In its blog post The Three Topologies in Applications and Infrastructure, Gartner identifies three categories of tools:

  • Application Performance Management (APM) focuses just on finding bugs in the code of custom-developed applications. The target task here is to support rapidly changing applications in production, which means finding problems in code quickly and accurately. The target audience for APM tools is the developers who support these applications in production.
  • Network Performance Management (NPM) focuses on the operation of the network in support of the applications running in the environment. The target task here is to quickly find issues in the network that are affecting business-critical applications. The target audience is the network engineers who support the local and wide-area networks in the company.
  • Application-Aware Infrastructure Performance Management (AA-IPM) focuses on the response time and throughput of every application (custom developed and purchased) in production and on how interactions between the applications and infrastructure are affecting application performance. The target audience is the IT operations teams that have to support every application in production.

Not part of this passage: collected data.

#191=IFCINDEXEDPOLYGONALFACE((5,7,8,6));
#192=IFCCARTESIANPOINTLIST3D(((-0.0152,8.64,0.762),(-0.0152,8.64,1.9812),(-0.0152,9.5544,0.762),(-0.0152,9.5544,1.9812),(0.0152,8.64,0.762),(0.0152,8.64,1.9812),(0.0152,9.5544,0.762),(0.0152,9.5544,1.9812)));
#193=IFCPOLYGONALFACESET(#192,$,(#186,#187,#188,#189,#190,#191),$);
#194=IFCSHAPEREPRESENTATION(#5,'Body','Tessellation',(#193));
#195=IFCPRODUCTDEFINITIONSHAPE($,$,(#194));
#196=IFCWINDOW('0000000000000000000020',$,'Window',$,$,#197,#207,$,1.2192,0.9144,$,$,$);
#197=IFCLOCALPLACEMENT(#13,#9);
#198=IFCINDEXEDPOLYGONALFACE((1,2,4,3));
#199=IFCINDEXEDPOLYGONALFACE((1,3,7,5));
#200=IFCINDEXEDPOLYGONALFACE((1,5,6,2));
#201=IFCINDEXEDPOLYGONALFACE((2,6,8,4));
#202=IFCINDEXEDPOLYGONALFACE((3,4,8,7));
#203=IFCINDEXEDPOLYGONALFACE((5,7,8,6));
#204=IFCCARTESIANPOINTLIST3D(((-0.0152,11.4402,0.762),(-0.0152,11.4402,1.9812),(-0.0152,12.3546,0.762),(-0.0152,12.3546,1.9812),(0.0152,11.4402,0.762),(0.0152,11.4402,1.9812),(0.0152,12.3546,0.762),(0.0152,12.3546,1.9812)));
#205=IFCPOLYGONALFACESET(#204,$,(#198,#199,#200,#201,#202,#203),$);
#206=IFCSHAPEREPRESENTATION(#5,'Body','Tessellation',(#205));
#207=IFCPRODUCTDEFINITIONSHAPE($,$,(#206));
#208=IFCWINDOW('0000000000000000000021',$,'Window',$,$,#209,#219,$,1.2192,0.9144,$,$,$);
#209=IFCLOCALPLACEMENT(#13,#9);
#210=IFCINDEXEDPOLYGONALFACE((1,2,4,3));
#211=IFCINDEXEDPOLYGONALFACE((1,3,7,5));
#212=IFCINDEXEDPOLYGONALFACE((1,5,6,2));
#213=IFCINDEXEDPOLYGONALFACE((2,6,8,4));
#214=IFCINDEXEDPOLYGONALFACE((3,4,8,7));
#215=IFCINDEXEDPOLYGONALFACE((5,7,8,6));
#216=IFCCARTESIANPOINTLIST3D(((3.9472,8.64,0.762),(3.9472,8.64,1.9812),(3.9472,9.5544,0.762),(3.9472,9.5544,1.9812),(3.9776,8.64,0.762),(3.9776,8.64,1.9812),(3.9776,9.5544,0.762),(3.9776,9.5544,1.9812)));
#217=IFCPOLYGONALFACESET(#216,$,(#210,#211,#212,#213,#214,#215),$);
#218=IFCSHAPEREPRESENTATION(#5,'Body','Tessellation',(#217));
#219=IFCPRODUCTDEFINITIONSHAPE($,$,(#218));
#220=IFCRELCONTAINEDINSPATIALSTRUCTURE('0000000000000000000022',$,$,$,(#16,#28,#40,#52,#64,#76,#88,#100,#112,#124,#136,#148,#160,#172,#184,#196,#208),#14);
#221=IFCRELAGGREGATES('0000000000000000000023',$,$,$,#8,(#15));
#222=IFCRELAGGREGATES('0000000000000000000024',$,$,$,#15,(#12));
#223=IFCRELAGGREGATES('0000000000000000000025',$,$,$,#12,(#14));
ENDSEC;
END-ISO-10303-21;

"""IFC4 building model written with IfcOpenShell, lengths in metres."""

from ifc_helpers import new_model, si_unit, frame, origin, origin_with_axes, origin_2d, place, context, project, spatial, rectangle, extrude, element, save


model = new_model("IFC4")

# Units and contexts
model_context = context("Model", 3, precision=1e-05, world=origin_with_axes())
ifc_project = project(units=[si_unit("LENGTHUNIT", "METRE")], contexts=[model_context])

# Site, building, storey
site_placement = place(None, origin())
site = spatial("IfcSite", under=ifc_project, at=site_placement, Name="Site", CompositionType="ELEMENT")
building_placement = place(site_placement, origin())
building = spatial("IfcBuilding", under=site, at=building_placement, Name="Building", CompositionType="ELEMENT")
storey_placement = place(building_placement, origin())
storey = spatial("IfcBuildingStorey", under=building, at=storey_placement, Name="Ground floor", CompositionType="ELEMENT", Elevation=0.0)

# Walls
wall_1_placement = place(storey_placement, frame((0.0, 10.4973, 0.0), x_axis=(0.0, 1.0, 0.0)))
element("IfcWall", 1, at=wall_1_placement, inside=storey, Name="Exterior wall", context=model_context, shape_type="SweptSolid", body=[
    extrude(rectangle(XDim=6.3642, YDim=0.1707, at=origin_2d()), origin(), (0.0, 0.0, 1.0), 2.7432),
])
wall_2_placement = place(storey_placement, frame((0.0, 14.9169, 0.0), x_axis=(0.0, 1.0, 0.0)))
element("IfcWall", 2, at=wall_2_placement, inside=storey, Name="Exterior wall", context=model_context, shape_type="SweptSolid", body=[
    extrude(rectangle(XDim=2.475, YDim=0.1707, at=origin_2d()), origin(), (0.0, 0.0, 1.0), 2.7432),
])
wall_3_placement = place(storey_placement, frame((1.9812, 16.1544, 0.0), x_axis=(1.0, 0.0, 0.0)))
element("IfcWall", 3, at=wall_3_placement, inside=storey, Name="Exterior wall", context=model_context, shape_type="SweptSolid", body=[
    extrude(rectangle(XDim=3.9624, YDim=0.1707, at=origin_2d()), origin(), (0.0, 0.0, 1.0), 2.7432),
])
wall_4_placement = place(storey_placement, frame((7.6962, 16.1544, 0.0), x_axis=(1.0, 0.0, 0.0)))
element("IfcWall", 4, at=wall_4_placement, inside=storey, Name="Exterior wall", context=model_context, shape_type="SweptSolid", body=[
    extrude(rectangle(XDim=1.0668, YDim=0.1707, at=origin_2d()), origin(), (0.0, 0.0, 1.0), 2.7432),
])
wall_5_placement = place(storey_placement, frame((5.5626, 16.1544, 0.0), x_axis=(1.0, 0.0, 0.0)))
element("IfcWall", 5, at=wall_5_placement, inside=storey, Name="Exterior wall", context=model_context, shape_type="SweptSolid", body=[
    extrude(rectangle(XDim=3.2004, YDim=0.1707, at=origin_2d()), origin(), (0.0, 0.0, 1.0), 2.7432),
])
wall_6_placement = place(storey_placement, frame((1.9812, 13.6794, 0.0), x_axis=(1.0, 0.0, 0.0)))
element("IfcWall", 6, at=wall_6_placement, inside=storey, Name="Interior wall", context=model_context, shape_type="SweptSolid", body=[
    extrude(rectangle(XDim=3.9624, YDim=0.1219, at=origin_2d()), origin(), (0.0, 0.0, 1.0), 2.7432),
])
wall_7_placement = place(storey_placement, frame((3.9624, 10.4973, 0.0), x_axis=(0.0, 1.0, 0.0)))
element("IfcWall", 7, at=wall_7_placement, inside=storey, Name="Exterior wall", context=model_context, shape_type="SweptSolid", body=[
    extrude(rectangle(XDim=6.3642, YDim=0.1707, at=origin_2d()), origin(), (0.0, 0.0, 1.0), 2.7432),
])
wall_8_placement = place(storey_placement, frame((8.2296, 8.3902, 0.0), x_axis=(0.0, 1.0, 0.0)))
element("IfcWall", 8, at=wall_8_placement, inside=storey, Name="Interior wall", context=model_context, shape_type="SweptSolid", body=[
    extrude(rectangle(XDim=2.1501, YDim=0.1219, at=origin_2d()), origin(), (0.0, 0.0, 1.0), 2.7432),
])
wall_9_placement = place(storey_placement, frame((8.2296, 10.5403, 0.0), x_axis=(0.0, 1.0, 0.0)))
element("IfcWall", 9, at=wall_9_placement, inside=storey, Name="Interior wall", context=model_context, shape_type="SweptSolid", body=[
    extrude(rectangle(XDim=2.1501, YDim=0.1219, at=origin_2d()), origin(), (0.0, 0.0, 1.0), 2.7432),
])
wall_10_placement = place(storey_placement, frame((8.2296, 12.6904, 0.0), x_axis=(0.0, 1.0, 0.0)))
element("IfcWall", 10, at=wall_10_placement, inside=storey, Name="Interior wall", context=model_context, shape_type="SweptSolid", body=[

Application-Aware Infrastructure Performance Management

If you are in IT operations, you should rejoice. Gartner has finally realized that the existing IT operations tools that you have been using for decades are not adequate for virtualized data centers, software-defined data centers, or clouds. Gartner has further realized that since IT operations gets yelled at when applications are slow, maybe IT operations should have some visibility into how all of the applications are actually performing (with performance being defined as response time and throughput—NOT resource utilization). In Gartner’s research notes, it focuses on AppEnsure, AppFirst, BlueStripe Software, Boundary, Correlsense, Neebula, ExtraHop, INETCO, and Virtual Instruments. We would add Riverbed Cascade and Xangati to Gartner’s list and we have done so below.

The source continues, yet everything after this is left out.